# enterrador trasero



## alinapopi

_pre-equipo enterrador trasero = *pre-equipment for back gravedigger*_

Do you think _gravedigger _works here too or it's only for the proper sens of the word? 
Thank you.


----------



## vicdark

¿De qué estamos hablando? Pareciera ser parte de un apero agrícola. "gravedigger" en este caso no tiene sentido. Más contexto, por favor.


----------



## alinapopi

Tienes razón, vicdark, no había puesto nada de contexto.
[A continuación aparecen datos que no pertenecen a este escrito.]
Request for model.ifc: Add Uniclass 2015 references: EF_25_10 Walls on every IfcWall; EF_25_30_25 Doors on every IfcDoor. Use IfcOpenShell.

First a look at what the model holds.

```python
import ifcopenshell

model = ifcopenshell.open("model.ifc")
print(model.schema)
print("classifications:", [c.Name for c in model.by_type("IfcClassification")])
for ifc_class in ("IfcDoor", "IfcRoof", "IfcStair", "IfcWall", "IfcWindow"):
    print(ifc_class, len(model.by_type(ifc_class)))
```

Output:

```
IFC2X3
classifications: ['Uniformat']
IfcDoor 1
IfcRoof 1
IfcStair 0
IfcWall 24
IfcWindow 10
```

```python
import ifcopenshell
import ifcopenshell.api.classification

model = ifcopenshell.open("model.ifc")

# IFC2X3 requires Source and Edition and has no link from the project to the system.
system = model.create_entity("IfcClassification", Source="NBS", Edition="2015", Name="Uniclass 2015")

codes = {
    "IfcWall": ("EF_25_10", "Walls"),
    "IfcDoor": ("EF_25_30_25", "Doors"),
}
for ifc_class, (code, name) in codes.items():
    products = model.by_type(ifc_class)
    ifcopenshell.api.classification.add_reference(
        model, products=products, classification=system, identification=code, name=name
    )
    print(code, len(products))

model.write("model_rev.ifc")
```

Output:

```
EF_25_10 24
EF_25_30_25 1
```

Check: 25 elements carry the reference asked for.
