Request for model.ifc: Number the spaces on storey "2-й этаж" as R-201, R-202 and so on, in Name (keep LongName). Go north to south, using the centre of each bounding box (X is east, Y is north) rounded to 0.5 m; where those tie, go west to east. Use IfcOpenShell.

First a look at what the model holds.

```python
import ifcopenshell
import ifcopenshell.util.element
import ifcopenshell.util.placement

model = ifcopenshell.open("model.ifc")
print(model.schema)
storey = next(s for s in model.by_type("IfcBuildingStorey") if s.Name == "2-й этаж")
spaces = [e for e in ifcopenshell.util.element.get_decomposition(storey) if e.is_a("IfcSpace")]
for e in sorted(spaces, key=lambda e: e.id()):
    origin = ifcopenshell.util.placement.get_local_placement(e.ObjectPlacement)[:3, 3]
    print(e.id(), e.Name, e.LongName, origin.round(2) + 0.0, sep=" | ")
```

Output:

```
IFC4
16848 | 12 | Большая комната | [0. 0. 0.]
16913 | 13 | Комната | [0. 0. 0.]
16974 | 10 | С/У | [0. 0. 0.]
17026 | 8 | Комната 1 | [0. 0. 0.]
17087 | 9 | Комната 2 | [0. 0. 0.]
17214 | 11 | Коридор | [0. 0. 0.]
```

```python
import ifcopenshell
import ifcopenshell.geom
import ifcopenshell.util.element
import ifcopenshell.util.shape

model = ifcopenshell.open("model.ifc")
settings = ifcopenshell.geom.settings()
settings.set("use-world-coords", True)


def centre(element):
    shape = ifcopenshell.geom.create_shape(settings, element)
    return ifcopenshell.util.shape.get_bbox_centroid(shape.geometry)


storey = next(s for s in model.by_type("IfcBuildingStorey") if s.Name == "2-й этаж")
spaces = [e for e in ifcopenshell.util.element.get_decomposition(storey) if e.is_a("IfcSpace")]

# Insertion points can sit at a corner or the storey origin, so sort by the geometry (in metres).
centres = {e: centre(e) for e in spaces}
spaces.sort(key=lambda e: (-round(centres[e][1] / 0.5), centres[e][0]))

for i, e in enumerate(spaces, start=1):
    number = f"R-2{i:02d}"
    e.Name = number
    print(e.id(), number)

model.write("model-out.ifc")
```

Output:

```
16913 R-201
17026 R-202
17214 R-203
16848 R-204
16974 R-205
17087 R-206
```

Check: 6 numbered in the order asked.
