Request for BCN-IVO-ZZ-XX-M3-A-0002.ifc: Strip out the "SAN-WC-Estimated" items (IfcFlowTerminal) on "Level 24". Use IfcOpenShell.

First a look at what the model holds.

```python
import ifcopenshell
import ifcopenshell.util.element

model = ifcopenshell.open("BCN-IVO-ZZ-XX-M3-A-0002.ifc")
print(model.schema)
storey = next(s for s in model.by_type("IfcBuildingStorey") if s.Name == "Level 24")
terminals = [e for e in ifcopenshell.util.element.get_decomposition(storey) if e.is_a("IfcFlowTerminal")]
seen = {}
for e in terminals:
    element_type = ifcopenshell.util.element.get_type(e)
    name = element_type.Name if element_type not in (None, e) else None
    seen[name] = seen.get(name, 0) + 1
for name, count in sorted(seen.items(), key=str):
    print(count, "x", name)
```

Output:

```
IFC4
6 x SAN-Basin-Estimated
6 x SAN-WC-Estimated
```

```python
import ifcopenshell
import ifcopenshell.api.root
import ifcopenshell.util.element

model = ifcopenshell.open("BCN-IVO-ZZ-XX-M3-A-0002.ifc")

storey = next(s for s in model.by_type("IfcBuildingStorey") if s.Name == "Level 24")
terminals = [e for e in ifcopenshell.util.element.get_decomposition(storey) if e.is_a("IfcFlowTerminal")]
targets = [e for e in terminals if (t := ifcopenshell.util.element.get_type(e)) not in (None, e) and t.Name == "SAN-WC-Estimated"]

for e in targets:
    ifcopenshell.api.root.remove_product(model, product=e)
print(len(targets), "removed")

model.write("BCN-IVO-ZZ-XX-M3-A-0002-out.ifc")
```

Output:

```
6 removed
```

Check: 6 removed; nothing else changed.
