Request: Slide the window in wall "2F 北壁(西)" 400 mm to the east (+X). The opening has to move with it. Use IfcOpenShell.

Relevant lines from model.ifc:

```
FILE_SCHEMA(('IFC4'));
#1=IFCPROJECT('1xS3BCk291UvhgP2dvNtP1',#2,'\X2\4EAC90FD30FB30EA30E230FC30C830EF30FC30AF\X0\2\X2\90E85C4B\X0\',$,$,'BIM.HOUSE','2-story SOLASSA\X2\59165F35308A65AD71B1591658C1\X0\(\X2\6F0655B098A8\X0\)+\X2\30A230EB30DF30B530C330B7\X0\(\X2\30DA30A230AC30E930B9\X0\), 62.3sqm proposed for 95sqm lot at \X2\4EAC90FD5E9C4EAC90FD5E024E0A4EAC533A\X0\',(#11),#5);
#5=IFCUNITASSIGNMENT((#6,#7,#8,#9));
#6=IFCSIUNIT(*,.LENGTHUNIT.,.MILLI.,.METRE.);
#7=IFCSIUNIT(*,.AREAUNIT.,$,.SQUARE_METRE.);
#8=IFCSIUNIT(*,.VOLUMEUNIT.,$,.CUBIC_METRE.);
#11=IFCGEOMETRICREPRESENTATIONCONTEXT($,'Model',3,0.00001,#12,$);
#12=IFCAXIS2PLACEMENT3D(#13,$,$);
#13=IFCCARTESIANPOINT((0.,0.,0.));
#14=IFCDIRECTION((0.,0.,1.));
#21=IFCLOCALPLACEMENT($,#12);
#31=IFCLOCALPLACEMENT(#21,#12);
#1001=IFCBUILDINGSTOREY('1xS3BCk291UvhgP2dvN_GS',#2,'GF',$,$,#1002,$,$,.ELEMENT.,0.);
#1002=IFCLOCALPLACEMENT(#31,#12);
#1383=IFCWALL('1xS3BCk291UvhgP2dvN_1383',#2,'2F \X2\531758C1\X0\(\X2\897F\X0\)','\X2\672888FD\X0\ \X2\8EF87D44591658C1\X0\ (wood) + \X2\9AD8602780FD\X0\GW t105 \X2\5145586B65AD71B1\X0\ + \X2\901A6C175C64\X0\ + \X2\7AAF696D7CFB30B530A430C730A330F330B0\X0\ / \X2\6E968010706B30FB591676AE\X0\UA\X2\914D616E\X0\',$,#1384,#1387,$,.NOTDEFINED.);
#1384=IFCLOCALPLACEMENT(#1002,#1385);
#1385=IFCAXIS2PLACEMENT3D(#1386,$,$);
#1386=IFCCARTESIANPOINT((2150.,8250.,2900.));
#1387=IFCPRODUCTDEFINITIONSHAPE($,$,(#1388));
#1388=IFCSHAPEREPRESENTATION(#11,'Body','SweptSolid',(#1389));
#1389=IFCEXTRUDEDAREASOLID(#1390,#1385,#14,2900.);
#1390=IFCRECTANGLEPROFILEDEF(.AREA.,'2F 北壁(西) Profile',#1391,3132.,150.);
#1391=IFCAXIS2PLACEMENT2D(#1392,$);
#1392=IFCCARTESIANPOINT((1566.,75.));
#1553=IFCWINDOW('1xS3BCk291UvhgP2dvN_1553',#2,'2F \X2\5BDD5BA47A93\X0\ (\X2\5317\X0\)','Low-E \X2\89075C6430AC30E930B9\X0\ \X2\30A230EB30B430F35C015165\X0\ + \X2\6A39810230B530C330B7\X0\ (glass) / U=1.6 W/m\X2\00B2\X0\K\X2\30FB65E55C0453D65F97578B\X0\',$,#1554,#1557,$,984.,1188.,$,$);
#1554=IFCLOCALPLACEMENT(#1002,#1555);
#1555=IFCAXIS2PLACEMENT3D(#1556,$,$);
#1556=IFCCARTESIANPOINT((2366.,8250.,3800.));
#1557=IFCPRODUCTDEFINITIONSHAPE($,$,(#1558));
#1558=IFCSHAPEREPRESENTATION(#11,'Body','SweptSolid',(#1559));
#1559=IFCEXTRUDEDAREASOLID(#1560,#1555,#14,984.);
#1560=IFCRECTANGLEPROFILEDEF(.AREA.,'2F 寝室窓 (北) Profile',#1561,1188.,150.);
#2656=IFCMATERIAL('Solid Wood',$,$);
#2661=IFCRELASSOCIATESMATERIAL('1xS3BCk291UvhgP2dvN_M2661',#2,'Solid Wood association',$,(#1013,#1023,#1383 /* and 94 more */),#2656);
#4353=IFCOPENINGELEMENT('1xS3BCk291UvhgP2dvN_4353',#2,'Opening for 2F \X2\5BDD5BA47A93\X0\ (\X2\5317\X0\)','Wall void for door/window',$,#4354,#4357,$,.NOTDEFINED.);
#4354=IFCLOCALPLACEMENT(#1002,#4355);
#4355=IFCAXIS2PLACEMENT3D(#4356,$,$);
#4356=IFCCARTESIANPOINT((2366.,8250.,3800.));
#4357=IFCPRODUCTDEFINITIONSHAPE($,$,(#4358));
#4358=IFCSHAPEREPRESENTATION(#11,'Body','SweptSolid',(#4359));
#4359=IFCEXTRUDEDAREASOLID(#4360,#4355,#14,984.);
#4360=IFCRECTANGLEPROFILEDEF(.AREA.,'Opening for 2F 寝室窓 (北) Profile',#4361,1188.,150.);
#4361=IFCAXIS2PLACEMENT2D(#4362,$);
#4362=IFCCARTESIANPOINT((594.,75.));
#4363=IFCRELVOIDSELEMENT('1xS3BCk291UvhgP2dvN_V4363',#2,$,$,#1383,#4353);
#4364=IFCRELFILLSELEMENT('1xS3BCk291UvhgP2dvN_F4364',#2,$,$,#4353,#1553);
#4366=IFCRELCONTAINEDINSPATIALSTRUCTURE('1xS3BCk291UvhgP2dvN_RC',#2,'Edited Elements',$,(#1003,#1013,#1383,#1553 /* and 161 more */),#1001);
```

```python
import ifcopenshell
import ifcopenshell.api.geometry
import ifcopenshell.util.placement
import ifcopenshell.util.unit

model = ifcopenshell.open("model.ifc")
unit_scale = ifcopenshell.util.unit.calculate_unit_scale(model)

window = model.by_guid("1xS3BCk291UvhgP2dvN_1553")
opening = window.FillsVoids[0].RelatingOpeningElement
wall = opening.VoidsElements[0].RelatingBuildingElement

wall_matrix = ifcopenshell.util.placement.get_local_placement(wall.ObjectPlacement)
shift = wall_matrix[:3, 0] * 0.4 / unit_scale
before = ifcopenshell.util.placement.get_local_placement(window.ObjectPlacement)[:3, 3].copy()

# The window is not placed relative to its opening, so move both.
for product in (opening, window):
    matrix = ifcopenshell.util.placement.get_local_placement(product.ObjectPlacement)
    matrix[:3, 3] += shift
    ifcopenshell.api.geometry.edit_object_placement(model, product=product, matrix=matrix, is_si=False)

after = ifcopenshell.util.placement.get_local_placement(window.ObjectPlacement)[:3, 3]
print("window moved by", (after - before).round(3) + 0.0)

model.write("model_rev.ifc")
```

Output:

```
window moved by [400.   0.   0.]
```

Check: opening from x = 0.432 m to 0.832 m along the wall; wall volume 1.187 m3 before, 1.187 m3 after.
Efectivamente, se trata de maquinaria agrícola, el problema es que tampoco sé muy bien lo que es el enterrador en español...


----------



## Peter P

Quizás se refiera al aditamento que lleva en la parte trasera del equipo que sirve para surcar, a lo que en inglés se le llama _plow, rooter plow; grub hook._

Saludos.

Peter P.


----------



## alinapopi

No, para surcar no, porque es una cisterna de líquidos...


----------



## coolbrowne

Backhoe in American use. (a _gravedigger_ works at the cemetery digging graves = tumbas )


----------



## alinapopi

Hi, Coolbrowne, and thanks for your answer. I looked in the dictionary and _hoe _is _azada _in Spanish, and it's not what I'm looking for.

Regards,
Alina


----------



## coolbrowne

I am sure it isn't





alinapopi said:


> _hoe _is _azada _in Spanish, and it's not what I'm looking for


You looked up the wrong word. 

Do not confuse *hoe*  with *backhoe* 

Regards


----------



## alinapopi

Ok, I thought that, being a composed word... I wasn't right. But _backhoe _is _excavador, pala_, and for a tanker it has no sens. Because _enterrador trasero _is a part of a tanker for liquids. 

What do you think about it?

Thanks again.


----------



## Peter P

Buenos días,

Hay algo bastante confuso en cuanto al término de enterrador trasero en un cisterna, por lo que sugiero que alinapopi mejor nos dé una descripción de qué cosa es, su función y así poder brindar la opción apropiada pues por el camino que vamos este hilo se está enredando más y haremos un nudo que no vamos a poder desatarlo para encontrar el término apropiado. 

Saludos.

Peter P.


----------